On me l’a souvent dit. Chaque fois que j’ai sorti un album, on m’a dit : c’est l’album de la maturité. Je dirais que non. Je pense que j’ai acquis une maturité il y a déjà quelques temps. Par contre, je dirais que c’est l’album de la liberté. La liberté assumée. La liberté d’assumer d’où je viens, d’assumer aussi un héritage. C’est pour ça que cet album s’appelle « Mister Johnson ». Parce que ça fait référence à mon père, à qui je rends hommage dès le premier morceau Mister Johnson. Aussi, durant ces deux, trois dernières années, il s’est passé tellement de choses dans ma vie que j’ai dû faire des choix très difficiles. J’ai aussi perdu énormément de gens. Cela se ressent peut-être dans cet album.

Il y a une chanson Na Lingi Yo (qui signifie « Je t’aime » en lingala »), c’est un hommage à ton père qui est un grand passionné de musique. Est-ce lui qui t’as transmis cette passion de la musique ?

Oui. Mon père était un grand amoureux de musique. Il adorait les musiques afro-cubaines, le jazz… Je voulais qu’on sente ça dans cet album. Étant congolais d’origine, mais n’ayant pas grandi avec la culture congolaise, mis à part la gastronomie, je voulais d’une certaine manière me réapproprier aussi un peu de ma culture congolaise. C’est pour ça que j’ai décidé de faire ce refrain en lingala. Je voulais rendre hommage à celui sans qui je ne serais pas l’artiste que je suis aujourd’hui.

Mais pourquoi juste le refrain en lingala plutôt que la chanson en entier ?

Je pense que je le ferai peut-être dans le futur, mais je suis quelqu’un qui aime beaucoup mélanger les choses. Je trouvais ça intéressant de chanter en anglais, avec une voix très soul, un beat un peu hip hop, tout en rappant en même temps. Et ce refrain en lingala qui vient de manière un peu soudaine et qui surprend.
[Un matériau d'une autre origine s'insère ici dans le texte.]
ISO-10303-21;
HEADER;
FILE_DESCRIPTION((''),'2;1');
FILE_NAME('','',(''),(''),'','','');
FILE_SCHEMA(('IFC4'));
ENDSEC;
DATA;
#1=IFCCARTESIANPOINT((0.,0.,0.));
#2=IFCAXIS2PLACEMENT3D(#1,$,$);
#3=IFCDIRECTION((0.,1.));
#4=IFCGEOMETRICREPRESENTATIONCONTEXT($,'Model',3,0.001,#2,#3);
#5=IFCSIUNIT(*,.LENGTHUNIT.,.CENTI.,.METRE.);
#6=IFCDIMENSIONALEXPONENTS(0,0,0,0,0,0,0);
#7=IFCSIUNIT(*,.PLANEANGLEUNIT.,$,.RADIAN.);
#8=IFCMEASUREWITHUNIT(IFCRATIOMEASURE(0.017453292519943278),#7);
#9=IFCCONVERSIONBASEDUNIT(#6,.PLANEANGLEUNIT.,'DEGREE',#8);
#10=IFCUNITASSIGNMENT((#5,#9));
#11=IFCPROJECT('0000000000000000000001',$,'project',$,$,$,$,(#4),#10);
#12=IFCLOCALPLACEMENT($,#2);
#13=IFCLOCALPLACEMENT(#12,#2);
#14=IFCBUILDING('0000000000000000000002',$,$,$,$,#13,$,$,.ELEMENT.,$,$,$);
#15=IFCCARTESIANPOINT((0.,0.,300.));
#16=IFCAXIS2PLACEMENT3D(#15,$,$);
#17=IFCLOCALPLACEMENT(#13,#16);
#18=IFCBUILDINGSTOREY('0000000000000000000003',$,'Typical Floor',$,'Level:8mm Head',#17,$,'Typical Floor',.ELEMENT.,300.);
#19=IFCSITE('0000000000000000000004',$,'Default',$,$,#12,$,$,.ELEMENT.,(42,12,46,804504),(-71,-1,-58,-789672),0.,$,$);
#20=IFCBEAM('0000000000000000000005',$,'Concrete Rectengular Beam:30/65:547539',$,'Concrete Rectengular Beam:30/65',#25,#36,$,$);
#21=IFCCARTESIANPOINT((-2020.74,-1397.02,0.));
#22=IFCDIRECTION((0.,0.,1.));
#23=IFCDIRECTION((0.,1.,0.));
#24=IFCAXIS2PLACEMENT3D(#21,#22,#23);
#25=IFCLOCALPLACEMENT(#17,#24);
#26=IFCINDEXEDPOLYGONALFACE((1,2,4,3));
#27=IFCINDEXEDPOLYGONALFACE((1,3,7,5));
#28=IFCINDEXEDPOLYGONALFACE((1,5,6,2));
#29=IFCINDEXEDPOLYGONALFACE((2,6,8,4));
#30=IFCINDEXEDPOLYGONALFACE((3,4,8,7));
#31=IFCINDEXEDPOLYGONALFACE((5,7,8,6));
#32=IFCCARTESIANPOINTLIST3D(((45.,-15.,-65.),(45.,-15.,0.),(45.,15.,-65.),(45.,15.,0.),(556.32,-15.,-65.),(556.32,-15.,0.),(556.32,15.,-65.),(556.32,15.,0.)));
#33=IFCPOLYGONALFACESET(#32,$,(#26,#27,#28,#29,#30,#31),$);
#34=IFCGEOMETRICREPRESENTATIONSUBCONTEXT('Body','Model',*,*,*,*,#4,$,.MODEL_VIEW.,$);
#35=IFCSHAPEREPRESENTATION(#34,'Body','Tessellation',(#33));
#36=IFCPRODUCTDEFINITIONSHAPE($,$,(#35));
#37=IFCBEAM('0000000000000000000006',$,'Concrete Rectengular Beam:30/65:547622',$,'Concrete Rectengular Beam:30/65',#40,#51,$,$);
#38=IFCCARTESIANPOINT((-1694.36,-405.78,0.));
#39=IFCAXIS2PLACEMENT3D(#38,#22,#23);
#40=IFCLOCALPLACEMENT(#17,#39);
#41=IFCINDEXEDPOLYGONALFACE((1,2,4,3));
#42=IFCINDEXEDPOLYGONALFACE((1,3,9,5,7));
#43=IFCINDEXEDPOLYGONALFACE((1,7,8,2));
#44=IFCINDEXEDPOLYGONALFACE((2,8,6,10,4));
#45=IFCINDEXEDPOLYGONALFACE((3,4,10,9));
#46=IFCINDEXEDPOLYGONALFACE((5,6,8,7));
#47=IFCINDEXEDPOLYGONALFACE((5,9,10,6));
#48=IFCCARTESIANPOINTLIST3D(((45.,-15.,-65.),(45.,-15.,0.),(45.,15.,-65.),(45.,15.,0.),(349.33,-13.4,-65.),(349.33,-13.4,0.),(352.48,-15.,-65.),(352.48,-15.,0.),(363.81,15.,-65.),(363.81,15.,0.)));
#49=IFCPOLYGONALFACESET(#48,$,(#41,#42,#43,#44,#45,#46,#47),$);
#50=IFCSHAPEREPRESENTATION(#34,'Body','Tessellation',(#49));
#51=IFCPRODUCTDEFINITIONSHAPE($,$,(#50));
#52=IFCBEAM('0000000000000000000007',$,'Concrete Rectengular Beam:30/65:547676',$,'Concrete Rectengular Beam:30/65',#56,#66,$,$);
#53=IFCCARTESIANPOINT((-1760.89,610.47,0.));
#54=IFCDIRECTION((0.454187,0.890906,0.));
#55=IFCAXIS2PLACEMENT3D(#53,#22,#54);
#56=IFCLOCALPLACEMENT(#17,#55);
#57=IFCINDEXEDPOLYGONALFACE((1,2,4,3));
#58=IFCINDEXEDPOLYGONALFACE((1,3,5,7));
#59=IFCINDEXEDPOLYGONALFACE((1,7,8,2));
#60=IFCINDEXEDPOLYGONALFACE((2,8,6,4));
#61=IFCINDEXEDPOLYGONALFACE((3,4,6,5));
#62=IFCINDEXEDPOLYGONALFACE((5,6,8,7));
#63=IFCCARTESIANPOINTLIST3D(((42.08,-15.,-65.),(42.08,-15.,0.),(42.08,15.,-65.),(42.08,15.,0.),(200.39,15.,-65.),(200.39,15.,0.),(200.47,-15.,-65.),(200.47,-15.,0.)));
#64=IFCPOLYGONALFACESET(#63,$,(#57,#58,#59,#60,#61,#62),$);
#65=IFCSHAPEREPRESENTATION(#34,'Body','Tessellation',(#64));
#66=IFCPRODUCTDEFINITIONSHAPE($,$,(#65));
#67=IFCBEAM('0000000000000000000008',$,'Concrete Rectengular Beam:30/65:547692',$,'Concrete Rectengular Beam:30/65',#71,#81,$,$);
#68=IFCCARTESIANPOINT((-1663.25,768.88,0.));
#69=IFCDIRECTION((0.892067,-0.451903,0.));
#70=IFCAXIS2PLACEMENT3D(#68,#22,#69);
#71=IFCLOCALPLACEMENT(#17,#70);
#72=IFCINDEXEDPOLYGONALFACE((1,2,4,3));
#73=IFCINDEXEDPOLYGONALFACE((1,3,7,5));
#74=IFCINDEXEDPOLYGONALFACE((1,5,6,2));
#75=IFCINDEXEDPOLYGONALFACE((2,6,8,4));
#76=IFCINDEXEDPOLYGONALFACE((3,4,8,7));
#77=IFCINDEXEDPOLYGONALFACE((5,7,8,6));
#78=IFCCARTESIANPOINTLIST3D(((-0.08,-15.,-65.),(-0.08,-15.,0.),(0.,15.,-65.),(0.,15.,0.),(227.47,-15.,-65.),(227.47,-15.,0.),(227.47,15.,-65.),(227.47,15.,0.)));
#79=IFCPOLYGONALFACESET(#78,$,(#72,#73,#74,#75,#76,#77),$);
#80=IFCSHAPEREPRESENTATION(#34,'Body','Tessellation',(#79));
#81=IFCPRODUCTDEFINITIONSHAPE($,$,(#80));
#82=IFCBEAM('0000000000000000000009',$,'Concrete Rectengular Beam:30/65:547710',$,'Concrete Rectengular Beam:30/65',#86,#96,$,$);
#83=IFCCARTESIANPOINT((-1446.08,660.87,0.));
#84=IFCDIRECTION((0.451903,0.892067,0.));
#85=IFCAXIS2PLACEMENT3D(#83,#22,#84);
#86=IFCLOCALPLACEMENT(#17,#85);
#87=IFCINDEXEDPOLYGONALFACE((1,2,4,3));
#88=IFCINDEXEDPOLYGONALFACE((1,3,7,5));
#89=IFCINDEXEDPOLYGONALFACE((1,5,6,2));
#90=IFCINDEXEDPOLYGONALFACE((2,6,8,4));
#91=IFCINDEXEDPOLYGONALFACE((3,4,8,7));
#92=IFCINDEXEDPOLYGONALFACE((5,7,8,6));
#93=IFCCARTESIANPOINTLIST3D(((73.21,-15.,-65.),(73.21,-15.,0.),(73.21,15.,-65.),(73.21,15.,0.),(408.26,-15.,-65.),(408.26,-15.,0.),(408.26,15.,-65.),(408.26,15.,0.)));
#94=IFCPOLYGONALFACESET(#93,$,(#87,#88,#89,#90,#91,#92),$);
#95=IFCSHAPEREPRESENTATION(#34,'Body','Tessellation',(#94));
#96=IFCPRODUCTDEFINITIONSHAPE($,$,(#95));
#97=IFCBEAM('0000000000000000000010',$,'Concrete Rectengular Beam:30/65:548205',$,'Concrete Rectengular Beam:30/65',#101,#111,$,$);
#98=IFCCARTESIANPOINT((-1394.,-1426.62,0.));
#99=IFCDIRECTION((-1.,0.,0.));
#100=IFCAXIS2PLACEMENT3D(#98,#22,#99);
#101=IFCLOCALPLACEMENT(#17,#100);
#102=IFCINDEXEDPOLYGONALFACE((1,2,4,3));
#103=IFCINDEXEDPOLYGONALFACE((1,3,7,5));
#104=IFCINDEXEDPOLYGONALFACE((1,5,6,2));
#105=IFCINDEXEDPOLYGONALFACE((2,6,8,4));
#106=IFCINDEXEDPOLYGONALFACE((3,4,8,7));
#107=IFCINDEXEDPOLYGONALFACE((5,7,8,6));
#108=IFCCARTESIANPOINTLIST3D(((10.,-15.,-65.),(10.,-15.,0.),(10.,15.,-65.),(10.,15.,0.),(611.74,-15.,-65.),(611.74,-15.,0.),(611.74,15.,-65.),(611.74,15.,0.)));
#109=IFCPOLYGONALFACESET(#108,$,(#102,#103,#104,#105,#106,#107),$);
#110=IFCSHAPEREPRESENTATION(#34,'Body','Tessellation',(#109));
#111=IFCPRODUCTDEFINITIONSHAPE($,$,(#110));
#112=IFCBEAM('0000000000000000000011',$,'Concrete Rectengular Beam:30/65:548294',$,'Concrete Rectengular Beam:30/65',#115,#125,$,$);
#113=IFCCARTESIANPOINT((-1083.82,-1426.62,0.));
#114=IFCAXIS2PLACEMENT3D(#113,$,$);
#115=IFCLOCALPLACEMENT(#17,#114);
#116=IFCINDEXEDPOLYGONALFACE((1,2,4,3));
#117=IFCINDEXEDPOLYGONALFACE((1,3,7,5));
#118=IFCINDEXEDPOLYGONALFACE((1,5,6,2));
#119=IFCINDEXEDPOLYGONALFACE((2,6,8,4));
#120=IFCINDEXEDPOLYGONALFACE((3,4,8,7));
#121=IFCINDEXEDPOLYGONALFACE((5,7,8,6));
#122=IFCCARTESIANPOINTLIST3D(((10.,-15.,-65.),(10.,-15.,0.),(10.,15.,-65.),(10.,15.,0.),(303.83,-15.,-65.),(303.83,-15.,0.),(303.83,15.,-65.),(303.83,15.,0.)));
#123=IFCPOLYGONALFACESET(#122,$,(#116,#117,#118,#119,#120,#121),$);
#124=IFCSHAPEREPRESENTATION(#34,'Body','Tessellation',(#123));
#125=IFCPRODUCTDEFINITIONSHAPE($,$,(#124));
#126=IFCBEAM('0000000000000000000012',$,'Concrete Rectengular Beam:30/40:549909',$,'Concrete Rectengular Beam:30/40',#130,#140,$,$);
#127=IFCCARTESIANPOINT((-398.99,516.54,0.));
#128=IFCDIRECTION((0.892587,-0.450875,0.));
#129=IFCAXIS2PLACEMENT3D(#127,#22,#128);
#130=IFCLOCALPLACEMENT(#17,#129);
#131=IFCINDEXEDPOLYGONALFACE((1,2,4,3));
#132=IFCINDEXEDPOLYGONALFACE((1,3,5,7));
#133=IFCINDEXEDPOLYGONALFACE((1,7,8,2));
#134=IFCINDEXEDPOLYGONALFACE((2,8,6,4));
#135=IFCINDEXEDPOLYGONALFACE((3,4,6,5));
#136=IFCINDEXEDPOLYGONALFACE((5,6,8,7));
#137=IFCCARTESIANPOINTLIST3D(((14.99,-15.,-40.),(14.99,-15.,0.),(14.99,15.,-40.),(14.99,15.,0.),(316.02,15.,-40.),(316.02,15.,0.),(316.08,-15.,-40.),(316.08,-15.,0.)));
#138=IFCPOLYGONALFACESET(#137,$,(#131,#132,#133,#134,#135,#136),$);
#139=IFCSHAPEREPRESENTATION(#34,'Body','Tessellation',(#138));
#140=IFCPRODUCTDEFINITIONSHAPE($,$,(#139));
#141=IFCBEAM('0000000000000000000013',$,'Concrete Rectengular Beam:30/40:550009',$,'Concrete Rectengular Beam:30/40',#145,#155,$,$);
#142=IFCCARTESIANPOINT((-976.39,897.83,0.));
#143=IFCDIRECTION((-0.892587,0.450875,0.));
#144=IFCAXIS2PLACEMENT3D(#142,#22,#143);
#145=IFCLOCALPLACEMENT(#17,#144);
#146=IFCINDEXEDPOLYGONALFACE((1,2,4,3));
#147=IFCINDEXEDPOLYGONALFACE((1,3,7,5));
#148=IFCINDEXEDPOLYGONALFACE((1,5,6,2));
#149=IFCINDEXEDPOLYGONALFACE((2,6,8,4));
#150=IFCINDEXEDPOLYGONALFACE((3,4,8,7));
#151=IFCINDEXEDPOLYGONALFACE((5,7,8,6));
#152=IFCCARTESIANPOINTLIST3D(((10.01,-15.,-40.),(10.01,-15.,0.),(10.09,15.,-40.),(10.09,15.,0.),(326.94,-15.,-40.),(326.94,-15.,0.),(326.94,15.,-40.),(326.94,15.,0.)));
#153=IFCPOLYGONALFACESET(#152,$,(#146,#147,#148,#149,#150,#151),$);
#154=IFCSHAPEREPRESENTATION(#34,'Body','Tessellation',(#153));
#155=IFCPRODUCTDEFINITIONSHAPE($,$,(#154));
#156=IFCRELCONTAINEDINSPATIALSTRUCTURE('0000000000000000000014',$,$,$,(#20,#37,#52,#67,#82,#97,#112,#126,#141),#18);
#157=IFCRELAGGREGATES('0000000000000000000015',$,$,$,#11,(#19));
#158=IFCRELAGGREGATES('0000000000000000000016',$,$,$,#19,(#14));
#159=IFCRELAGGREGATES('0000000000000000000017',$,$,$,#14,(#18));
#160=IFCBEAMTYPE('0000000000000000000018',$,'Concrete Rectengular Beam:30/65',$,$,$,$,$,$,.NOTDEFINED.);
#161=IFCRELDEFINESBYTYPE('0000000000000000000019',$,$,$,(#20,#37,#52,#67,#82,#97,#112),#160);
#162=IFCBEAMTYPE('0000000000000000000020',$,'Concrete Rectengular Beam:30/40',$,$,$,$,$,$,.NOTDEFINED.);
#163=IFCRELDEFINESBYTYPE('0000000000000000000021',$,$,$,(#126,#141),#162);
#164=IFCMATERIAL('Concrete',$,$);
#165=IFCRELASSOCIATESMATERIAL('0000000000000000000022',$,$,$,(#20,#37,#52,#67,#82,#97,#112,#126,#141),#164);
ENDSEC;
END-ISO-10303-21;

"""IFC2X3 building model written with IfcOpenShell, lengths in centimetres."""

from ifc_helpers import new_model, entity, si_unit, converted_unit, direction, frame, frame_2d, origin, place, context, subcontext, project, spatial, polyline, rectangle, extrude, clip, halfspace, bounded_halfspace, material, type_object, element, save


model = new_model("IFC2X3")

# Units and contexts
model_context = context("Model", 3, precision=0.001, world=origin(), true_north=direction((0.0, 1.0)))
body_context = subcontext(model_context, "Body", "Model", "MODEL_VIEW")
ifc_project = project(units=[si_unit("LENGTHUNIT", "METRE", prefix="CENTI"), converted_unit("PLANEANGLEUNIT", "DEGREE", entity("IfcRatioMeasure", 0.017453292519943278), si_unit("PLANEANGLEUNIT", "RADIAN"), dimensions=[0, 0, 0, 0, 0, 0, 0])], contexts=[model_context])

# Site, building, storey
site_placement = place(None, origin())
site = spatial("IfcSite", under=ifc_project, at=site_placement, Name="Default", CompositionType="ELEMENT", RefLatitude=(42, 12, 46, 804504), RefLongitude=(-71, -1, -58, -789672), RefElevation=0.0)
building_placement = place(site_placement, origin())
building = spatial("IfcBuilding", under=site, at=building_placement, CompositionType="ELEMENT")
storey_placement = place(building_placement, frame((0.0, 0.0, 300.0)))
storey = spatial("IfcBuildingStorey", under=building, at=storey_placement, Name="Typical Floor", ObjectType="Level:8mm Head", LongName="Typical Floor", CompositionType="ELEMENT", Elevation=300.0)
Je voulais créer la surprise en faisant un morceau un peu différent de ce que j’ai pu faire auparavant.

Est-ce que cette chanson est aussi une manière de dire « merci » à ton père, sans qui tu n’aurais peut-être pas fait carrière dans la musique ?

Oui. Tout au long de sa vie, mon père était ouvert à tous les styles musicaux, mais par contre, il était imprégnable sur la qualité. C’est ce qu’il m’a transmis très, très tôt. Il m’a poussé vers la musique sans le savoir. Ce morceau est clairement une manière de lui dire merci mais en fait, cet album, c’est un grand merci. Je dis aussi merci à la vie qui m’a apporté énormément de choses.

On retrouve également dans cet album un feat avec la rappeuse Pumpkin sur le titre Into My Life. Qui est-elle et comment s’est passée la collaboration avec cette artiste ?

Pumpkin est une rappeuse que j’adore. Elle a une façon de rapper que je ne retrouve pas chez beaucoup de rappeurs. On est totalement en phase, elle et moi. On se connaît depuis pas mal de temps. On a déjà eu l’occasion de travailler ensemble sur nos projets respectifs. Je voulais aussi une voix féminine sur mon album, c’était important. Et pour moi, Pumpkin est une artiste pop, hyper importante dans la musique française.

Tu t’es fais connaître au sein du groupe Saïan Supa Crew. Quel(s) souvenir(s) en gardes-tu ?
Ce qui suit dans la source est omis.